From the entries below, copy exactly the lines from the one that contains "#31=IFCINDEXEDPOLYGONALFACE((2,6,8,4));" through the one that contains "#45=IFCINDEXEDPOLYGONALFACE((5,7,8,6));", both included, and only those.
=== Section Start ===
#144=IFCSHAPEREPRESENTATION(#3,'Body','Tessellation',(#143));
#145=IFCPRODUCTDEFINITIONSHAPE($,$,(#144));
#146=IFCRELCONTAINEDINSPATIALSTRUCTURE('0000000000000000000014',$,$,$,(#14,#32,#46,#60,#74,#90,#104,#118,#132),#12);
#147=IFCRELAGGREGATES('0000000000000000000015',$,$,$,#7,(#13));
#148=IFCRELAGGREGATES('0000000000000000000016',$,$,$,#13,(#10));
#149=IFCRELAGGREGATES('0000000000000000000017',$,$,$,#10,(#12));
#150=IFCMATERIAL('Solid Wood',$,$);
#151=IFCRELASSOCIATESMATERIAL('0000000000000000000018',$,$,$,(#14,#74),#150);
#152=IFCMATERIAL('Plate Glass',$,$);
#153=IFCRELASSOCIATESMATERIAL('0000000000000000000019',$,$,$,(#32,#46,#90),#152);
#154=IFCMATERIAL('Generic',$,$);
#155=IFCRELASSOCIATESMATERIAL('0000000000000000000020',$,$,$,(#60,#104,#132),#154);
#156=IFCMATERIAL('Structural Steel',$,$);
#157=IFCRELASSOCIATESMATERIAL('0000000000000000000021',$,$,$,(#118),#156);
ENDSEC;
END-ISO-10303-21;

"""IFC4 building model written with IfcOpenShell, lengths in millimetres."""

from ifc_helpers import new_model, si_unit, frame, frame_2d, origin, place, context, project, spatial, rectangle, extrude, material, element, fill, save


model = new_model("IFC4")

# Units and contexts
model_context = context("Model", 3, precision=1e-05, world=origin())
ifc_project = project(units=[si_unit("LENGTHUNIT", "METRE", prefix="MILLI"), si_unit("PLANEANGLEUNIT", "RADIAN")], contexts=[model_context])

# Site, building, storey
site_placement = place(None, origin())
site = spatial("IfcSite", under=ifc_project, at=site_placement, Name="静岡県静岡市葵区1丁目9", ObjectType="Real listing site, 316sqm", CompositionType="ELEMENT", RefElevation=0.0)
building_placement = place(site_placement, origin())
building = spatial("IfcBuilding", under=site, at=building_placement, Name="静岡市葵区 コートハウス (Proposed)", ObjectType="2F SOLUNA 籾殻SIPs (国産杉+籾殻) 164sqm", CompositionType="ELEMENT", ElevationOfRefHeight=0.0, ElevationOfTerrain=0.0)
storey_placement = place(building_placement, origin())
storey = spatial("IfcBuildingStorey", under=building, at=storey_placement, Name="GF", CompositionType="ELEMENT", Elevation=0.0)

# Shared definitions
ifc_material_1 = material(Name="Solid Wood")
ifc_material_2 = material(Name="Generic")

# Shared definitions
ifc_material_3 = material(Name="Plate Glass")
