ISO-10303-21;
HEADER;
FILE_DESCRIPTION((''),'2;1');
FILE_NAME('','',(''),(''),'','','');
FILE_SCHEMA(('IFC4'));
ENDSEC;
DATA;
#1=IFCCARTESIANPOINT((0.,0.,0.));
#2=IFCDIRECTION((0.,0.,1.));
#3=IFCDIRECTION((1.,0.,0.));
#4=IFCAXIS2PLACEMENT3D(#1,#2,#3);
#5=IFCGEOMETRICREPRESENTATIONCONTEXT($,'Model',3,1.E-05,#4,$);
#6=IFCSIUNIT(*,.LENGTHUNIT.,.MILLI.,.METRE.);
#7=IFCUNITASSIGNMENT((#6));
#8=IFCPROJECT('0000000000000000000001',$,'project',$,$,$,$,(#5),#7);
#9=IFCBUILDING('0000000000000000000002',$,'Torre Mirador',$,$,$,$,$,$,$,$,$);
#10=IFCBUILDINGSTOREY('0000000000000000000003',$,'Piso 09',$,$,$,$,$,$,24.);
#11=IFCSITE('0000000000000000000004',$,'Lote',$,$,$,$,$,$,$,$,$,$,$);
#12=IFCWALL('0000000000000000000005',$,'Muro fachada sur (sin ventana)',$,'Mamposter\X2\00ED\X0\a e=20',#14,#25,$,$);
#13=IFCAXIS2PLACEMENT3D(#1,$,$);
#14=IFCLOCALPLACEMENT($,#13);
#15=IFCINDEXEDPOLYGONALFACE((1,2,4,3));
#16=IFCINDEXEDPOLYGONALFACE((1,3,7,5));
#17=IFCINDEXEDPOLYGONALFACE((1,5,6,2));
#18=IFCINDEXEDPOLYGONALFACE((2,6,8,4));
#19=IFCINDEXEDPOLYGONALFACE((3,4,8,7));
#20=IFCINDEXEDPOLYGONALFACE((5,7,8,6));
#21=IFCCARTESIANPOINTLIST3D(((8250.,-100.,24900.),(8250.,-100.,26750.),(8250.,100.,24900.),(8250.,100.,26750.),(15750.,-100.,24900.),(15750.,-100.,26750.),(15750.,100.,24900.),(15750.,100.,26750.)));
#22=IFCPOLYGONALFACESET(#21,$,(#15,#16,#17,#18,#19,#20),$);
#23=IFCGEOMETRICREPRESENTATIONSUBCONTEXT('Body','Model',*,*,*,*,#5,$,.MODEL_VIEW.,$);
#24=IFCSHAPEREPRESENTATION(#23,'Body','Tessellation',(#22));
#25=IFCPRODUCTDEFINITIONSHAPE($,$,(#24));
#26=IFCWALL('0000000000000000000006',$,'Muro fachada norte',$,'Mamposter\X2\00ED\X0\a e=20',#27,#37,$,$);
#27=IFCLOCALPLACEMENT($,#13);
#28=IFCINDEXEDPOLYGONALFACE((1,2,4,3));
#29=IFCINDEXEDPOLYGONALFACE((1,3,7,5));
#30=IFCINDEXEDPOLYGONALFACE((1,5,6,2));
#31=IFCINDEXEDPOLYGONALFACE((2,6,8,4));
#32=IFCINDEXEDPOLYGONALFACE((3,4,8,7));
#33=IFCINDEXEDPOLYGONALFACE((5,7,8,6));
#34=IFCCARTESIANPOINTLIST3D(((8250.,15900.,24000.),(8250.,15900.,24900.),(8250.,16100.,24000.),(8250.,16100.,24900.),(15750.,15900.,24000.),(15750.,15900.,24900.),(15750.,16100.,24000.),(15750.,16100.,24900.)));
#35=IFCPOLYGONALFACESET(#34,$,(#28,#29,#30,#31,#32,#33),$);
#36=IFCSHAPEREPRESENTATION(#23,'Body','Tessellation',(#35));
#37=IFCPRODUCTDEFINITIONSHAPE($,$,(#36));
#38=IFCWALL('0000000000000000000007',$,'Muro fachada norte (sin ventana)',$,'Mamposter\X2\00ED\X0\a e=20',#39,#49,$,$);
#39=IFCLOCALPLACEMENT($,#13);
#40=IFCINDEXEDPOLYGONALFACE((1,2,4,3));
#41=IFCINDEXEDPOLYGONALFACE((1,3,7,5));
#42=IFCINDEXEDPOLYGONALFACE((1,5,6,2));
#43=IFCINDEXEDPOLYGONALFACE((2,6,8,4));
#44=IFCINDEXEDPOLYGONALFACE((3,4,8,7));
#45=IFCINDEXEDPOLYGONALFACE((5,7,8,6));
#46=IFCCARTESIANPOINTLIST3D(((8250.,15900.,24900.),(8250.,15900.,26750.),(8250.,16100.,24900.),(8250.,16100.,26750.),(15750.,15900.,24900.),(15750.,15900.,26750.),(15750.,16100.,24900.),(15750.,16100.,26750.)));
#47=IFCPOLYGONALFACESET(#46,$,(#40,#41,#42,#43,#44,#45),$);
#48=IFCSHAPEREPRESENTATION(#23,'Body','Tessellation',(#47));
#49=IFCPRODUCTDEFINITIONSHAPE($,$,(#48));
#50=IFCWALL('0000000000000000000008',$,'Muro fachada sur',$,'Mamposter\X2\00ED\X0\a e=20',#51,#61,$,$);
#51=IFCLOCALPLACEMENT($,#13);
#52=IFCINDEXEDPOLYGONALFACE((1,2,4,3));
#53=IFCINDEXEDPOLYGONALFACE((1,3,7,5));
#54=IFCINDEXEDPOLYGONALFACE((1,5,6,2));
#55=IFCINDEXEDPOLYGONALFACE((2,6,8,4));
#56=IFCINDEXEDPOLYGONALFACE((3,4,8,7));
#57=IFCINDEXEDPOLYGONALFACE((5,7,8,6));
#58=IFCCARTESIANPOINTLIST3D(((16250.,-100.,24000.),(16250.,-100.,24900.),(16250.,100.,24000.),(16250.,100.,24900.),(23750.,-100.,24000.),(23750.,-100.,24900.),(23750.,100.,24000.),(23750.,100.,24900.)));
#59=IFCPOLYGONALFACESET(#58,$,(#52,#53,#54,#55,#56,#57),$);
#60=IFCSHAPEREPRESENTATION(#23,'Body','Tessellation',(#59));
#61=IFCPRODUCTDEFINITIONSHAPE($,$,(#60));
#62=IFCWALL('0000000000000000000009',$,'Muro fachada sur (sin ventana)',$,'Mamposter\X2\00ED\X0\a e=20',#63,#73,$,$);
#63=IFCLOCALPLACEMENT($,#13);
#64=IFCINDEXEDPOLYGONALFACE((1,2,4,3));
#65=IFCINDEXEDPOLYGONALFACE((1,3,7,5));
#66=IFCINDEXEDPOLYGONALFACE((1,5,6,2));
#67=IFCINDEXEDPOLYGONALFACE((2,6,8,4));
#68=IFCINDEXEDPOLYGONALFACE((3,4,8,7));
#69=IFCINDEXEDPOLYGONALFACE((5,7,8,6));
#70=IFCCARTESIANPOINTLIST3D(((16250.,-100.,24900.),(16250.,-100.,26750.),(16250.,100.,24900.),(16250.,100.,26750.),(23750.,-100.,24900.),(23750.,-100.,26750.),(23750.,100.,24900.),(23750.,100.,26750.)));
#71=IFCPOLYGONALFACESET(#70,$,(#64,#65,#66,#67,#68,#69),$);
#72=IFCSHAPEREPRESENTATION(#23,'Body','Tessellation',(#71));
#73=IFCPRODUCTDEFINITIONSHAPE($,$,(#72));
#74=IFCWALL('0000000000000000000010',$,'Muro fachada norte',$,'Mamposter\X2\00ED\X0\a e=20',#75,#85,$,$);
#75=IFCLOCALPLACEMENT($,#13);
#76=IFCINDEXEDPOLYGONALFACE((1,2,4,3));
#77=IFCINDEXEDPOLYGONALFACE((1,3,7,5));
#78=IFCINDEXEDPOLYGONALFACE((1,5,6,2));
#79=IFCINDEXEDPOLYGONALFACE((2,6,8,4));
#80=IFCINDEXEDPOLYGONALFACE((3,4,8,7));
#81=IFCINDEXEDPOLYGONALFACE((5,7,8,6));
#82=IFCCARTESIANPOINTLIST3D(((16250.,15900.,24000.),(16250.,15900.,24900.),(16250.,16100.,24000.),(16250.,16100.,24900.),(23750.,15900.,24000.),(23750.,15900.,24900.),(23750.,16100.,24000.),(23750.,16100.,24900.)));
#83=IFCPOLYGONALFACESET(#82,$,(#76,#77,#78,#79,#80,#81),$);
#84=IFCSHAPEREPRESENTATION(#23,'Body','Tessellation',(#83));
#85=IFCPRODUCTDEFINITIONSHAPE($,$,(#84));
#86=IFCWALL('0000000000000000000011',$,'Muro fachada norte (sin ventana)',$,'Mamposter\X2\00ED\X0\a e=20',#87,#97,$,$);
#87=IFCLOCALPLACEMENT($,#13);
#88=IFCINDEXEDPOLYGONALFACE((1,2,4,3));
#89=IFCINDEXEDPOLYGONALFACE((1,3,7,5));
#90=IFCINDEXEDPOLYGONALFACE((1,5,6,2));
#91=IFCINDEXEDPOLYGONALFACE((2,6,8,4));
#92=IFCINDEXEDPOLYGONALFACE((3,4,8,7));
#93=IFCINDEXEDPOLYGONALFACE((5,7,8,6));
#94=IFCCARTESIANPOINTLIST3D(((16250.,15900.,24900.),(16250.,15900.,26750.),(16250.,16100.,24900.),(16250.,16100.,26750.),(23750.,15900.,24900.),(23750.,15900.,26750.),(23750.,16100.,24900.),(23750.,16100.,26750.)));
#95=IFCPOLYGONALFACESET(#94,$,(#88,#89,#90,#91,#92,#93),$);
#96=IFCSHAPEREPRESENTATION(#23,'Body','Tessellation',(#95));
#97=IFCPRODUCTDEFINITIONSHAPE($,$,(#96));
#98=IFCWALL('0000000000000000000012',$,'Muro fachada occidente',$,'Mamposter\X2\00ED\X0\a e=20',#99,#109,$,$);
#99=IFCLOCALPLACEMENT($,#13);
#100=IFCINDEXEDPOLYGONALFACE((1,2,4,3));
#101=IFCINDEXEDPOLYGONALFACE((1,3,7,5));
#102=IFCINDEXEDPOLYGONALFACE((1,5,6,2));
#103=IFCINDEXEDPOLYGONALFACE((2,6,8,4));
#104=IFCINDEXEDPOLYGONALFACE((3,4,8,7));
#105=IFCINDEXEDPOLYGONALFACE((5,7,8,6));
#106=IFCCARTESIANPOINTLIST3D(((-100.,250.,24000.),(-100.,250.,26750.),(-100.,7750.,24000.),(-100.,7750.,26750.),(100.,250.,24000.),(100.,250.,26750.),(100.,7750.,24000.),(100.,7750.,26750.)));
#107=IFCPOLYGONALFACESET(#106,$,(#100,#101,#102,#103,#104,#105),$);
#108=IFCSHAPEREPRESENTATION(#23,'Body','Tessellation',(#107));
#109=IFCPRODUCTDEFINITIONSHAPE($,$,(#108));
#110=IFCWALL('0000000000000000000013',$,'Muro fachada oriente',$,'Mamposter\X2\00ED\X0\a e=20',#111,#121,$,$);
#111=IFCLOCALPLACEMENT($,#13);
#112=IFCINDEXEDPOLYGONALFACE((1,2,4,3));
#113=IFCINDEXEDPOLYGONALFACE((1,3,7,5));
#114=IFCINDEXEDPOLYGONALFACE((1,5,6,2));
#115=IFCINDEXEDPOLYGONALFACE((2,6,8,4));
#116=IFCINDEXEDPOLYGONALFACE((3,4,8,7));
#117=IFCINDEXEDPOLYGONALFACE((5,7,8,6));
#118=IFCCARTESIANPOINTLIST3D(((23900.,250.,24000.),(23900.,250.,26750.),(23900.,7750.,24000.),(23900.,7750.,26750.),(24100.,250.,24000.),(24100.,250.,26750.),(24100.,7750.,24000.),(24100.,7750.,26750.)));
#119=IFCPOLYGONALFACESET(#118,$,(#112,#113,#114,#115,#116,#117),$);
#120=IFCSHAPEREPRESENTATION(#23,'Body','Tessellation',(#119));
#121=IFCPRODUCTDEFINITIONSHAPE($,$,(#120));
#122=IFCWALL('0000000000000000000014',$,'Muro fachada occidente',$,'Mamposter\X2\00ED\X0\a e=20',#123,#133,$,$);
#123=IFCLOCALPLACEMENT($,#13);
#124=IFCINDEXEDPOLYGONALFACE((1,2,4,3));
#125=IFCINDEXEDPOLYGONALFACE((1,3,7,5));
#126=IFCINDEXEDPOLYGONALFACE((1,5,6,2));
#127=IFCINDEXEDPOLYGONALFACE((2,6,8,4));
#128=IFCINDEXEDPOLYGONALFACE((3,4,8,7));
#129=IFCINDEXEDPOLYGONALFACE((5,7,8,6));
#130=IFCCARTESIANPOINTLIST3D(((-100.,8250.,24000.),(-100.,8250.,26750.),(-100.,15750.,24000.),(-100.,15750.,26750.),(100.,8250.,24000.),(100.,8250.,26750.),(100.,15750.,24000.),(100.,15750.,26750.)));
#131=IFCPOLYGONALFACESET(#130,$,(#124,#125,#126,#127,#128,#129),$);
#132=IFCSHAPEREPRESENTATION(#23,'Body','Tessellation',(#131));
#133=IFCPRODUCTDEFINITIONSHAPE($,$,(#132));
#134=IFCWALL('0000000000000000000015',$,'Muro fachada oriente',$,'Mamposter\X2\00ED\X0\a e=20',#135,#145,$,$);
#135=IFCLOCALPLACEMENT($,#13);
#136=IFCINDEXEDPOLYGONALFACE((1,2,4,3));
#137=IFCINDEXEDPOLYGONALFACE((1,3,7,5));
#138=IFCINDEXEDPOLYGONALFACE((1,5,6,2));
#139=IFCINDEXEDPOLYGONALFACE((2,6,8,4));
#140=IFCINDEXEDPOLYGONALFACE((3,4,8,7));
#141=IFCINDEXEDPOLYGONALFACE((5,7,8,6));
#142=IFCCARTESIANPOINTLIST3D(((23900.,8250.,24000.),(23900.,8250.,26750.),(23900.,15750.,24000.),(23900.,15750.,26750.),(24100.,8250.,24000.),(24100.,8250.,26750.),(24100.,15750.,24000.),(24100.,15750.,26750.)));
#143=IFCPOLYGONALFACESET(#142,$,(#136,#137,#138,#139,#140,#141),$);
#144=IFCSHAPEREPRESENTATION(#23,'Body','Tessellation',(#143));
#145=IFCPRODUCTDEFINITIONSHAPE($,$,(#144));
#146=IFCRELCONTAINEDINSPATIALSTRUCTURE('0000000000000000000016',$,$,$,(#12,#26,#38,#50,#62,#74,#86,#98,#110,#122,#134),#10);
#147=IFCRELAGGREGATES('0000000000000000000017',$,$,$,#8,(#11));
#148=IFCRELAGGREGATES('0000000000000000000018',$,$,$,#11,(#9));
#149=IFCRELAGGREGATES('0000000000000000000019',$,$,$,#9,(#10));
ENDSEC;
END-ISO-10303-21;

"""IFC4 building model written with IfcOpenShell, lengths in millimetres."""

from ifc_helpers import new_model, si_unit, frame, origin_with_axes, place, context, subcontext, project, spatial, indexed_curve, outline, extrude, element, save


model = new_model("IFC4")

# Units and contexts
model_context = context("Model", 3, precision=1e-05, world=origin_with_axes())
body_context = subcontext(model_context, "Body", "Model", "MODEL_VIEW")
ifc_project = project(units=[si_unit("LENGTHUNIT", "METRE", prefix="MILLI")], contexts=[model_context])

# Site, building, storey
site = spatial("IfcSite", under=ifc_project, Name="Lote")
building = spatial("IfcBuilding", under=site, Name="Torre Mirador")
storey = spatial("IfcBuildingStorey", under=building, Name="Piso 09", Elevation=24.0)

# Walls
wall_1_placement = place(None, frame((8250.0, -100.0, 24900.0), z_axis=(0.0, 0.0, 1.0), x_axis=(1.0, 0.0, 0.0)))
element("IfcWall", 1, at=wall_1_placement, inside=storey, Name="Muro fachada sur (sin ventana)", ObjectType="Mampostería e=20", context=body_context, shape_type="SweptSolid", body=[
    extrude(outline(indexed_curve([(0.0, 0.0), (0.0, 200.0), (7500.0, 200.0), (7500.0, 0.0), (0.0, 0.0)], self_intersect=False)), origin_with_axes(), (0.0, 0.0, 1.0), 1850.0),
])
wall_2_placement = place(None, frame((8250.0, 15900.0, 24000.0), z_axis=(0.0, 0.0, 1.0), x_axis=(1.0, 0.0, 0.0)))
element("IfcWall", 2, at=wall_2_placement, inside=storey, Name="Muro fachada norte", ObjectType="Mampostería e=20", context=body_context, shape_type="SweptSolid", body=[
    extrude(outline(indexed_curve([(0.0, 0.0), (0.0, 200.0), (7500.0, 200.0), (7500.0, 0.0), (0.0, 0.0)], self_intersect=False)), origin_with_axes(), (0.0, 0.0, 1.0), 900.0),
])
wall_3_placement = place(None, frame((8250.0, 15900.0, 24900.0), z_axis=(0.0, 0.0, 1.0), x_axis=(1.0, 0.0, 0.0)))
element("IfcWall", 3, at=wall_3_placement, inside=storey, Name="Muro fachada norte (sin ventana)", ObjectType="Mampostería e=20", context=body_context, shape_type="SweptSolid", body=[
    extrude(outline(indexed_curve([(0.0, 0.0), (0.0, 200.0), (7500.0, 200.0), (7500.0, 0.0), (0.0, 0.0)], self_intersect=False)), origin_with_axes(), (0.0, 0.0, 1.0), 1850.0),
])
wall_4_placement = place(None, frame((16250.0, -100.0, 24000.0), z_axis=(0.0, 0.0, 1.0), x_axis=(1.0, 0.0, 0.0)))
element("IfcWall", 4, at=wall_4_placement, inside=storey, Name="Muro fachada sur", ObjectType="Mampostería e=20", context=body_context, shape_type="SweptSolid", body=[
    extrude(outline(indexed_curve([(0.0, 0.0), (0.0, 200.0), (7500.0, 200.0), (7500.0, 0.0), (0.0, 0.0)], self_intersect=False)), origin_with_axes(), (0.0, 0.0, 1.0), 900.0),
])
=== Section End ===
Result of the task:
#31=IFCINDEXEDPOLYGONALFACE((2,6,8,4));
#32=IFCINDEXEDPOLYGONALFACE((3,4,8,7));
#33=IFCINDEXEDPOLYGONALFACE((5,7,8,6));
#34=IFCCARTESIANPOINTLIST3D(((8250.,15900.,24000.),(8250.,15900.,24900.),(8250.,16100.,24000.),(8250.,16100.,24900.),(15750.,15900.,24000.),(15750.,15900.,24900.),(15750.,16100.,24000.),(15750.,16100.,24900.)));
#35=IFCPOLYGONALFACESET(#34,$,(#28,#29,#30,#31,#32,#33),$);
#36=IFCSHAPEREPRESENTATION(#23,'Body','Tessellation',(#35));
#37=IFCPRODUCTDEFINITIONSHAPE($,$,(#36));
#38=IFCWALL('0000000000000000000007',$,'Muro fachada norte (sin ventana)',$,'Mamposter\X2\00ED\X0\a e=20',#39,#49,$,$);
#39=IFCLOCALPLACEMENT($,#13);
#40=IFCINDEXEDPOLYGONALFACE((1,2,4,3));
#41=IFCINDEXEDPOLYGONALFACE((1,3,7,5));
#42=IFCINDEXEDPOLYGONALFACE((1,5,6,2));
#43=IFCINDEXEDPOLYGONALFACE((2,6,8,4));
#44=IFCINDEXEDPOLYGONALFACE((3,4,8,7));
#45=IFCINDEXEDPOLYGONALFACE((5,7,8,6));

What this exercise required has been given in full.